## Work item
Please copy, exactly as they appear below, the lines from the one containing "then the file." through the one containing "for whole, parts".

## Input material
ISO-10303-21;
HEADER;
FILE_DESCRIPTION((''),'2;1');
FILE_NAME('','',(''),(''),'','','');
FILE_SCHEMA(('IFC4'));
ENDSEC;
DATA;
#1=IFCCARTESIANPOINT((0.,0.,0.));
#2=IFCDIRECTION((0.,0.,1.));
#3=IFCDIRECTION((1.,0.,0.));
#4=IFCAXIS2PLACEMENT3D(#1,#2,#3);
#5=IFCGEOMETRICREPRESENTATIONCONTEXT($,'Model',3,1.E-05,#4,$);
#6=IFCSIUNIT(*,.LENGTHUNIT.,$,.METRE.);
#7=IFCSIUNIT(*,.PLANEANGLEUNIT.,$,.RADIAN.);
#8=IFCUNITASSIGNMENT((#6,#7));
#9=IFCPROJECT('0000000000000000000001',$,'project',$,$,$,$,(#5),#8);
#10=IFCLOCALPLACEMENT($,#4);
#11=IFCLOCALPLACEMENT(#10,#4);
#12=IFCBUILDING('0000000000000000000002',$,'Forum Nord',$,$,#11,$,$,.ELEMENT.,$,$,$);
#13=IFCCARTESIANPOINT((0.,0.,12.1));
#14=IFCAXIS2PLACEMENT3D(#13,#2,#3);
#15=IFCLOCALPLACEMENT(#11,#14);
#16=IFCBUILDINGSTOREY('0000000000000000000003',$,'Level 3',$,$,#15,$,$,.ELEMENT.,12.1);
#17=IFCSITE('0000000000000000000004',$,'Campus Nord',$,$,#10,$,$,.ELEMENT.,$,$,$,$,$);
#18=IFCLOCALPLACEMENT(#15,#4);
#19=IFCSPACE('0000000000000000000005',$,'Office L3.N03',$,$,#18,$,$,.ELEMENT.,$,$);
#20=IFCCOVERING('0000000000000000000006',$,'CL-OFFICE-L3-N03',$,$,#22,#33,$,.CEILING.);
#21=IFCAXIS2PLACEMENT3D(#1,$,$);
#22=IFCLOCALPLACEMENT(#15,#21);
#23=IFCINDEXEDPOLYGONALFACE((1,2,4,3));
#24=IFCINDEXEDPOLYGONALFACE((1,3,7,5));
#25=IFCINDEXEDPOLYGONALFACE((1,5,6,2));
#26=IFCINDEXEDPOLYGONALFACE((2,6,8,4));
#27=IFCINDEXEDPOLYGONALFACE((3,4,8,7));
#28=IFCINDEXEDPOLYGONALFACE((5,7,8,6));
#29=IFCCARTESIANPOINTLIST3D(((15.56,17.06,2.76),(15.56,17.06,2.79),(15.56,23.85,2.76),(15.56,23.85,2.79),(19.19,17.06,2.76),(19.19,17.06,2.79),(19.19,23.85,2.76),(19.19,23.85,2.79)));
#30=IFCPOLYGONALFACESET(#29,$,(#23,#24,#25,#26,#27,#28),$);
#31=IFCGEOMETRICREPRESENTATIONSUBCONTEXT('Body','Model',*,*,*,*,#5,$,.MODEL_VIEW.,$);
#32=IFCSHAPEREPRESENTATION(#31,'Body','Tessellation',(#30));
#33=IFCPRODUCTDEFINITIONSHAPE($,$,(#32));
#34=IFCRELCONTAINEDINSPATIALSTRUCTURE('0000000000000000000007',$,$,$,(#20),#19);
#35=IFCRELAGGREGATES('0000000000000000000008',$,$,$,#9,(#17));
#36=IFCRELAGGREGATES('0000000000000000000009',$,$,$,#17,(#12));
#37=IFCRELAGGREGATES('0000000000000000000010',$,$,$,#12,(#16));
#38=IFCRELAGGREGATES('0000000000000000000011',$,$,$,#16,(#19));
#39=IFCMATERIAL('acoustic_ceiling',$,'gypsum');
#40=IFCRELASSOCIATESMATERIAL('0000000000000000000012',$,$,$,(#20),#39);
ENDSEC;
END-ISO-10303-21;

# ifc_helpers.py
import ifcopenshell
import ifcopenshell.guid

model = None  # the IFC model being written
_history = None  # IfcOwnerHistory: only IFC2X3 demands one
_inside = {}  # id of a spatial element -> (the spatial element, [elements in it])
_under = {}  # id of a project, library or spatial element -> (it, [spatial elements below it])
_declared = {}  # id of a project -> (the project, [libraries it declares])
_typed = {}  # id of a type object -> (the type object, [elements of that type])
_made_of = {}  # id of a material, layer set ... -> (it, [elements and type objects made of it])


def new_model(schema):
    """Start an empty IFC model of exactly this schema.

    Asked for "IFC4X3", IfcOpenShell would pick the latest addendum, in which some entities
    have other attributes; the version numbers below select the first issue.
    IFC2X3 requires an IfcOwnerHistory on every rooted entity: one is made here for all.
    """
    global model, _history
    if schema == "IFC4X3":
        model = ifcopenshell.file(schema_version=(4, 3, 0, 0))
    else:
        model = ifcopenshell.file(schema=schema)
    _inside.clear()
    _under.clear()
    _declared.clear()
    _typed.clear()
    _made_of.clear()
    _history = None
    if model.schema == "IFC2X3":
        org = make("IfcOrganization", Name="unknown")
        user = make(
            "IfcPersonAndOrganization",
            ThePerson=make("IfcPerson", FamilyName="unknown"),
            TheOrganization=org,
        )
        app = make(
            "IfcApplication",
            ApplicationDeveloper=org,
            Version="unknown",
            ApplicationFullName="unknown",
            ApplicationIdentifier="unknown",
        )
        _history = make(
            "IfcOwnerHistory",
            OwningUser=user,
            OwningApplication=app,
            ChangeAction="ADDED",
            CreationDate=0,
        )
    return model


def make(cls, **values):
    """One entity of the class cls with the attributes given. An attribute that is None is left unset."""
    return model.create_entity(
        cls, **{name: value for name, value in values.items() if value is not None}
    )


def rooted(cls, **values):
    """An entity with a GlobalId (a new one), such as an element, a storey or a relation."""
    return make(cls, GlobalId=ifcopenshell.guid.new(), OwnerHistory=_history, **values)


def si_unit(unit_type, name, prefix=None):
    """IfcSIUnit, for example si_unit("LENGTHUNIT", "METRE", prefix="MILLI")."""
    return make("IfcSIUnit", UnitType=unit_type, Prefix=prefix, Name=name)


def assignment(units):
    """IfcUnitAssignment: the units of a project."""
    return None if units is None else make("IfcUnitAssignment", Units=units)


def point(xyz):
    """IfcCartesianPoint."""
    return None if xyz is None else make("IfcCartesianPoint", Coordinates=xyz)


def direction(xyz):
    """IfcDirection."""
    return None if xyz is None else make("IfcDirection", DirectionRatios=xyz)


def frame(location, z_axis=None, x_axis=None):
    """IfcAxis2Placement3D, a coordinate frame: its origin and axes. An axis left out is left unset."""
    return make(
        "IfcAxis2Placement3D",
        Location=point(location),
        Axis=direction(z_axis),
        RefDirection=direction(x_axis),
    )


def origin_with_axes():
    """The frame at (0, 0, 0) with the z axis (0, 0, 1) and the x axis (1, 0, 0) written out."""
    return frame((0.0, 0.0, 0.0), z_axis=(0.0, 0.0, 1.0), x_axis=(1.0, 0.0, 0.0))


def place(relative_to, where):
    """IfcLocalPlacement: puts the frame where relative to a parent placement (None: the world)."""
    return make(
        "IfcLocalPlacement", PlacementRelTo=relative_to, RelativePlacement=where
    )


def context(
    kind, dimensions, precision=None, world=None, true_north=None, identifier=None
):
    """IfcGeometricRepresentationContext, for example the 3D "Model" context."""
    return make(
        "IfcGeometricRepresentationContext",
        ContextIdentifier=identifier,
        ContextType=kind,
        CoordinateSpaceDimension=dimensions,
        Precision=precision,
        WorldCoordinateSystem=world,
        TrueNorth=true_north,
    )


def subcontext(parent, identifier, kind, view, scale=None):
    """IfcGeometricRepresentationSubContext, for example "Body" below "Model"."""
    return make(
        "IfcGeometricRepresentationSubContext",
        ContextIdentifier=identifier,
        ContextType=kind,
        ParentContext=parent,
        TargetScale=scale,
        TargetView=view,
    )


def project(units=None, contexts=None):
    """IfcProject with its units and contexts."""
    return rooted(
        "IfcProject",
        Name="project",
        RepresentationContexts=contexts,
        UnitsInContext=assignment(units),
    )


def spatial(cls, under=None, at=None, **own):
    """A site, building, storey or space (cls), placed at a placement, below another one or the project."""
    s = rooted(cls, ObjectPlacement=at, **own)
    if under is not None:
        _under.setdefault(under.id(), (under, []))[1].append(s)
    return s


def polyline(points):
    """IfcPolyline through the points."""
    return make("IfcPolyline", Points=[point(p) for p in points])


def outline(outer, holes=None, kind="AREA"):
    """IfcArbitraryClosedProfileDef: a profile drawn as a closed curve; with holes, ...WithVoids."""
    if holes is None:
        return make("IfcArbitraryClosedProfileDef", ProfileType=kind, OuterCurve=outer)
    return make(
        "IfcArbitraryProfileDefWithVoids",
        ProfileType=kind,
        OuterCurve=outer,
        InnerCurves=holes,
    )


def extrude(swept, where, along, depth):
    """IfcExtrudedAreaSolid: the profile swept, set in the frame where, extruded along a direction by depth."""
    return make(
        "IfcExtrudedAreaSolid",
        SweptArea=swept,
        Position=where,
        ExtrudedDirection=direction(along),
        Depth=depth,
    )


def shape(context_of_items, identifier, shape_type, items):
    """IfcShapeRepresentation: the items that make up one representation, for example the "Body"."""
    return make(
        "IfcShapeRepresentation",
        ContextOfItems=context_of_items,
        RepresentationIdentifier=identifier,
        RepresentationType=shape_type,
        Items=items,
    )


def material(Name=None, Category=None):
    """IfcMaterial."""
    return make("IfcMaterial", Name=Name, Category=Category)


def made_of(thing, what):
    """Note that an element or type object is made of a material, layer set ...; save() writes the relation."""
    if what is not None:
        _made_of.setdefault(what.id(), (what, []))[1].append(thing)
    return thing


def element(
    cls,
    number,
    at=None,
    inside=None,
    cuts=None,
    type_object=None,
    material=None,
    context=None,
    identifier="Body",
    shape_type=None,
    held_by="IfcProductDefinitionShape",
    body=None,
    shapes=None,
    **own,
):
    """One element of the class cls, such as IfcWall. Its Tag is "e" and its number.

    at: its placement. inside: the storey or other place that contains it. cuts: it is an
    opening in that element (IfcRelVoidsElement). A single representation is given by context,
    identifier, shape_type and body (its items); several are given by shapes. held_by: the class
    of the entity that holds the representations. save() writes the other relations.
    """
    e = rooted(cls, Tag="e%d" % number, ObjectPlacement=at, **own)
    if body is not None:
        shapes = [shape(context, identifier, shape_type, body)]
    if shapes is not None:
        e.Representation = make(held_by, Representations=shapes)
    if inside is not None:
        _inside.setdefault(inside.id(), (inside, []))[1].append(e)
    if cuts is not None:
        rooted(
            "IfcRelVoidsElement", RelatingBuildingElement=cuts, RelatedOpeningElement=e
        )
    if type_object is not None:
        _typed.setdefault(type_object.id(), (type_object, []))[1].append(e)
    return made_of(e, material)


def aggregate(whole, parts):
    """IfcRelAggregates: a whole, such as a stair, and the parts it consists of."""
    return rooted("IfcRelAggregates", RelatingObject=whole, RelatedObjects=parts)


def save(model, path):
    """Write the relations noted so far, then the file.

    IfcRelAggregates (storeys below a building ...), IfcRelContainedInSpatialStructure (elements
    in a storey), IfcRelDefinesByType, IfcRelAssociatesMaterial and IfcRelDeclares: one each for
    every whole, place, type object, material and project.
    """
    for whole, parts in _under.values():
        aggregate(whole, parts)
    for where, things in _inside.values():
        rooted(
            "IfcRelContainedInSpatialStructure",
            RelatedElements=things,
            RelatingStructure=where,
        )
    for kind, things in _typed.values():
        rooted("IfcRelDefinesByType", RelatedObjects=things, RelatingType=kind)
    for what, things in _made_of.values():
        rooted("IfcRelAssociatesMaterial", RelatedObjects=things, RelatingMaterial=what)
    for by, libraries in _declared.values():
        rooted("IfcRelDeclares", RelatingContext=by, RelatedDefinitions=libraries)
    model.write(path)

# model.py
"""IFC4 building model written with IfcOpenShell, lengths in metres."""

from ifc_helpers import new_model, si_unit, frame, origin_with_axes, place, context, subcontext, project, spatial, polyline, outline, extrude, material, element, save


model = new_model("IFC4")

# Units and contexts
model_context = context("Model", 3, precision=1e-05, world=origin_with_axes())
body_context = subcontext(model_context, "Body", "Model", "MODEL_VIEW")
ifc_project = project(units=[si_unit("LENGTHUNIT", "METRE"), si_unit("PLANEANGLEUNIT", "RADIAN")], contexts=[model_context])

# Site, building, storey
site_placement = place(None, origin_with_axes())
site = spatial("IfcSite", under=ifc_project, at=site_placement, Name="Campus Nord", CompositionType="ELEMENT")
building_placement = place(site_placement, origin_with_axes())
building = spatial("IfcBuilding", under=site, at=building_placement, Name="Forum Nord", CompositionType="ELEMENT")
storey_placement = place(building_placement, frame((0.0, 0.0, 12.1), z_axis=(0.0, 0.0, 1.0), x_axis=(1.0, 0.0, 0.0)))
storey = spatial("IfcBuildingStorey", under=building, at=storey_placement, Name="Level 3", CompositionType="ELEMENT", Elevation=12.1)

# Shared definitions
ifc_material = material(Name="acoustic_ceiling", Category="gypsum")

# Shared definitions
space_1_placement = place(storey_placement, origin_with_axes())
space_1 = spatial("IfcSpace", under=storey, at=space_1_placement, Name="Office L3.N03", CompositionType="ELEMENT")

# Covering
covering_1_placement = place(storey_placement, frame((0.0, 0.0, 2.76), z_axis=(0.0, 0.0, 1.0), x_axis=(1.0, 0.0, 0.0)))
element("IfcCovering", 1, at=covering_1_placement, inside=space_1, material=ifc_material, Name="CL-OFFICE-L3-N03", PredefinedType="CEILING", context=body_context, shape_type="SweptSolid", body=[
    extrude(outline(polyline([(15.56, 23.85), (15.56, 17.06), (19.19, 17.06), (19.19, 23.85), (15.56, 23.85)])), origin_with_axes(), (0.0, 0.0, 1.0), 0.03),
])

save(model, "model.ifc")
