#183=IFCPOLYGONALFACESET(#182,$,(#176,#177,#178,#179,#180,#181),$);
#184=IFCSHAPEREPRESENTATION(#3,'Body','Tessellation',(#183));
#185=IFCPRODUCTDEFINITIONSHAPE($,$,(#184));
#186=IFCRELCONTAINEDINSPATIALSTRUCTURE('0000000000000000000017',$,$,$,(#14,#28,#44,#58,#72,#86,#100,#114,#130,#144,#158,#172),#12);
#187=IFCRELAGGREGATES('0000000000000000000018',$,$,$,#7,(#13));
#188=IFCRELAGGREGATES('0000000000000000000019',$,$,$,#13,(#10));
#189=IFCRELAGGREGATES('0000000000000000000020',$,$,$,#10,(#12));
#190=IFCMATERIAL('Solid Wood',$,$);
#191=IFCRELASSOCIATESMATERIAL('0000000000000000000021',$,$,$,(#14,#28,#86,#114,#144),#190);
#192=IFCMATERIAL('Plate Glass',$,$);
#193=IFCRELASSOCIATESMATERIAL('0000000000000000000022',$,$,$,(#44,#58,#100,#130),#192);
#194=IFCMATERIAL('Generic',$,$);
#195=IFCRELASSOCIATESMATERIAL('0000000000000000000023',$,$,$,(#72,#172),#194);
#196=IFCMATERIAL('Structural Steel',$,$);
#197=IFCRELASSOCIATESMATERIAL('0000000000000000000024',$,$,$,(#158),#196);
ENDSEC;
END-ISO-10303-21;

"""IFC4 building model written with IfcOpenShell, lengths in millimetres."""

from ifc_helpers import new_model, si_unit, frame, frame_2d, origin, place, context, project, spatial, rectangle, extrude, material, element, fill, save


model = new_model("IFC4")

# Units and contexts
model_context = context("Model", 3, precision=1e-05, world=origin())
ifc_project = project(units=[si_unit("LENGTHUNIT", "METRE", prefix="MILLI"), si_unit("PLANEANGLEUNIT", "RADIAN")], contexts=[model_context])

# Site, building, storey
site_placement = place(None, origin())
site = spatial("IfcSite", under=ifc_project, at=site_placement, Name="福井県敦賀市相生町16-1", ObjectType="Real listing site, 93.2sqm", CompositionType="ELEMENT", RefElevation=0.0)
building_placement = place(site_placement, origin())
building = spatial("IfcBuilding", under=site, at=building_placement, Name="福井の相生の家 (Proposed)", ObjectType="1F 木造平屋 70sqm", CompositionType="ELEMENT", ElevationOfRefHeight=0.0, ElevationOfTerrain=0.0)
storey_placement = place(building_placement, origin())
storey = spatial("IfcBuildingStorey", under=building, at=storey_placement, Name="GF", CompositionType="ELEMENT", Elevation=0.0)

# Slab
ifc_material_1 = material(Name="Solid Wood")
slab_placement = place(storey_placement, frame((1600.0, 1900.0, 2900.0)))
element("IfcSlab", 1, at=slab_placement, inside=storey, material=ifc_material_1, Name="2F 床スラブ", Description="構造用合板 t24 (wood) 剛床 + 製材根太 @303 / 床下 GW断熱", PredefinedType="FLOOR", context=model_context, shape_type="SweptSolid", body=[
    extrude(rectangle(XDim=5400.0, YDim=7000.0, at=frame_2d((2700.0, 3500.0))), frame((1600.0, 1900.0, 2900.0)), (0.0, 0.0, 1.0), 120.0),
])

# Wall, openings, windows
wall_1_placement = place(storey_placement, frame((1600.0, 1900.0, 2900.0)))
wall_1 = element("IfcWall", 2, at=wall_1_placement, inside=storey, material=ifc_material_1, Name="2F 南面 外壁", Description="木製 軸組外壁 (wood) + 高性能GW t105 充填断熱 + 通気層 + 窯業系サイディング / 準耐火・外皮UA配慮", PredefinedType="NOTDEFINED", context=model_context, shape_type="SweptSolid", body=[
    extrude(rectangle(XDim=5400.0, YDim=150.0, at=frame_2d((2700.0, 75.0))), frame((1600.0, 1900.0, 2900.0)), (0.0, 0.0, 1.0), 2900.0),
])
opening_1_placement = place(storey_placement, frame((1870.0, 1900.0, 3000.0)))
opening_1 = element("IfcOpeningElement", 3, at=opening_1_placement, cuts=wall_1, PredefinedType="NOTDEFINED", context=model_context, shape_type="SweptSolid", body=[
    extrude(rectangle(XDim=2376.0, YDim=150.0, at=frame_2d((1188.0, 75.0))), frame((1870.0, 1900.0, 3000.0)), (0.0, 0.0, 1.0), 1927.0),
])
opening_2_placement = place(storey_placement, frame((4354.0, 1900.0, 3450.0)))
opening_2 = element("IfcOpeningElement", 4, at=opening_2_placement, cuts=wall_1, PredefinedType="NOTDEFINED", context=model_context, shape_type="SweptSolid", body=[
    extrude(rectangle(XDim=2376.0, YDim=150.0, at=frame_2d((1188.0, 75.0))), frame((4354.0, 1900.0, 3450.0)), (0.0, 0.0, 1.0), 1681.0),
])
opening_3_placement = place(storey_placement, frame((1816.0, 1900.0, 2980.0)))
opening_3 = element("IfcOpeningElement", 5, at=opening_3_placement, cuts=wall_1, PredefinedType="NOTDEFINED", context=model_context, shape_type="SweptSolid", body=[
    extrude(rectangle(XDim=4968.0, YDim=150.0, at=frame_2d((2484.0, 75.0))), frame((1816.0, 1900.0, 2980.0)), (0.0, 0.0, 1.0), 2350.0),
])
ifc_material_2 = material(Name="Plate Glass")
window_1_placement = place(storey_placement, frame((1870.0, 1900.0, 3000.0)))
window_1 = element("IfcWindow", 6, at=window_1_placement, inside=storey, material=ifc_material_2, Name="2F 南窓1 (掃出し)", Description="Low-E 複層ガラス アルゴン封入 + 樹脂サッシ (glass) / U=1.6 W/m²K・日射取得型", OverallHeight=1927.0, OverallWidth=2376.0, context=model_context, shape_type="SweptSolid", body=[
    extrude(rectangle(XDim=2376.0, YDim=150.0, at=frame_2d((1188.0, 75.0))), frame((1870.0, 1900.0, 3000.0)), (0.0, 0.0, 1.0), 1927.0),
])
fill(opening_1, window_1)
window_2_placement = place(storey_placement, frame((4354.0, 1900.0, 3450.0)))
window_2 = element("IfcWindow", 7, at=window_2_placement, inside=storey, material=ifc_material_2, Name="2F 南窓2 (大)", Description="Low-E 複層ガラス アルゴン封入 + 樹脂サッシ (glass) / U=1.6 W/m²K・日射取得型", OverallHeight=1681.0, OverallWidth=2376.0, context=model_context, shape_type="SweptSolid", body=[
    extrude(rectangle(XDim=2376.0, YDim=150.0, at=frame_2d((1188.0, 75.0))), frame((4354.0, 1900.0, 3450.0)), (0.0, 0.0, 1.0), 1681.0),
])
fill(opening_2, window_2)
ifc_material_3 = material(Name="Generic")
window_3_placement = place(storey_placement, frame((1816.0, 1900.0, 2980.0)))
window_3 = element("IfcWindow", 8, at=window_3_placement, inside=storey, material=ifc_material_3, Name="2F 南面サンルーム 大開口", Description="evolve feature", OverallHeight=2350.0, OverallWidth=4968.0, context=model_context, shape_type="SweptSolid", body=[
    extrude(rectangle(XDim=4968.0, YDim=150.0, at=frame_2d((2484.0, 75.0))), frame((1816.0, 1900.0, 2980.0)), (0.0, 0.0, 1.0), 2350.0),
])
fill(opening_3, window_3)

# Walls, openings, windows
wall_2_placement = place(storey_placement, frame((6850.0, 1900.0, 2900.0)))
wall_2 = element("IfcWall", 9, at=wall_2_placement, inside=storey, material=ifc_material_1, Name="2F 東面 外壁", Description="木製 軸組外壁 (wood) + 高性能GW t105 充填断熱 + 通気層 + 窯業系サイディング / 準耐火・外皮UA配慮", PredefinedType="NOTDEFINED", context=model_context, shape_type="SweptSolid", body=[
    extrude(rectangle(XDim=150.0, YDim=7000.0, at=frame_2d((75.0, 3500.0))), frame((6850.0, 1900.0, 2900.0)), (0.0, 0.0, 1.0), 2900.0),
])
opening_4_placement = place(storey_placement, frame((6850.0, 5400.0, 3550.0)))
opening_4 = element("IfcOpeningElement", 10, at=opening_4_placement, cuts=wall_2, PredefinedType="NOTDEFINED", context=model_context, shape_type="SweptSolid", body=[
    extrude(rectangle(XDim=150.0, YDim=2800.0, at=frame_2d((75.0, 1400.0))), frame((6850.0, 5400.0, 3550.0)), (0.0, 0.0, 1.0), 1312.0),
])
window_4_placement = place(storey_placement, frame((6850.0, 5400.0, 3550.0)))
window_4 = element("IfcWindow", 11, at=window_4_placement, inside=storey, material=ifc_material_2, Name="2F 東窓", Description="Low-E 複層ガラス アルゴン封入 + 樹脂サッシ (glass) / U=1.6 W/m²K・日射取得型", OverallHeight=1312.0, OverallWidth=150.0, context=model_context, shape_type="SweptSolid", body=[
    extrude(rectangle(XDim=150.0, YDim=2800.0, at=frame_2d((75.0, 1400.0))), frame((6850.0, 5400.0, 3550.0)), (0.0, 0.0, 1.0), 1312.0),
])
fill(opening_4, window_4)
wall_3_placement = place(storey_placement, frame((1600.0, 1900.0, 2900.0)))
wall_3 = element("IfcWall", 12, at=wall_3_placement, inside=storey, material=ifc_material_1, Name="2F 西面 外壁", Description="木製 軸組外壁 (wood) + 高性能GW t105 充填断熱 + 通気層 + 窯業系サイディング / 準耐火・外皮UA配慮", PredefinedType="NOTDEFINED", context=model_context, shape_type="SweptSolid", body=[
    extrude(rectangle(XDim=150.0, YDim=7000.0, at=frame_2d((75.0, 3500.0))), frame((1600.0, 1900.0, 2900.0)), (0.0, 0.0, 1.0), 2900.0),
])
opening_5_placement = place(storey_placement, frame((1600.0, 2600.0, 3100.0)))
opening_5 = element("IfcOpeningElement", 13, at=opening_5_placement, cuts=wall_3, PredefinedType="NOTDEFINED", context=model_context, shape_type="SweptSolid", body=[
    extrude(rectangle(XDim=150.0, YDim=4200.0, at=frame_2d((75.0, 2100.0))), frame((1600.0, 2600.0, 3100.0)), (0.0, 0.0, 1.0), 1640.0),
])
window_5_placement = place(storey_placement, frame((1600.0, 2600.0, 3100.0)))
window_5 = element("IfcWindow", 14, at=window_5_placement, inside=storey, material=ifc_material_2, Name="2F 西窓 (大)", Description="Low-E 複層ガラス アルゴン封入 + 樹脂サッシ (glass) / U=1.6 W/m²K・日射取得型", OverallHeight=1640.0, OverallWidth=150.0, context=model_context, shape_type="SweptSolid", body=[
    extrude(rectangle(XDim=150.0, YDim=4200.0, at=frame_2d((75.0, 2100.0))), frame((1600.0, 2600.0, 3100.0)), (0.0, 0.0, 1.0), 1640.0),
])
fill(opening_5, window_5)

## Response area
    """Write the relations noted so far, then the file.

    IfcRelAggregates (storeys below a building ...), IfcRelContainedInSpatialStructure (elements
    in a storey), IfcRelDefinesByType, IfcRelAssociatesMaterial and IfcRelDeclares: one each for
    every whole, place, type object, material and project.
    """
    for whole, parts in _under.values():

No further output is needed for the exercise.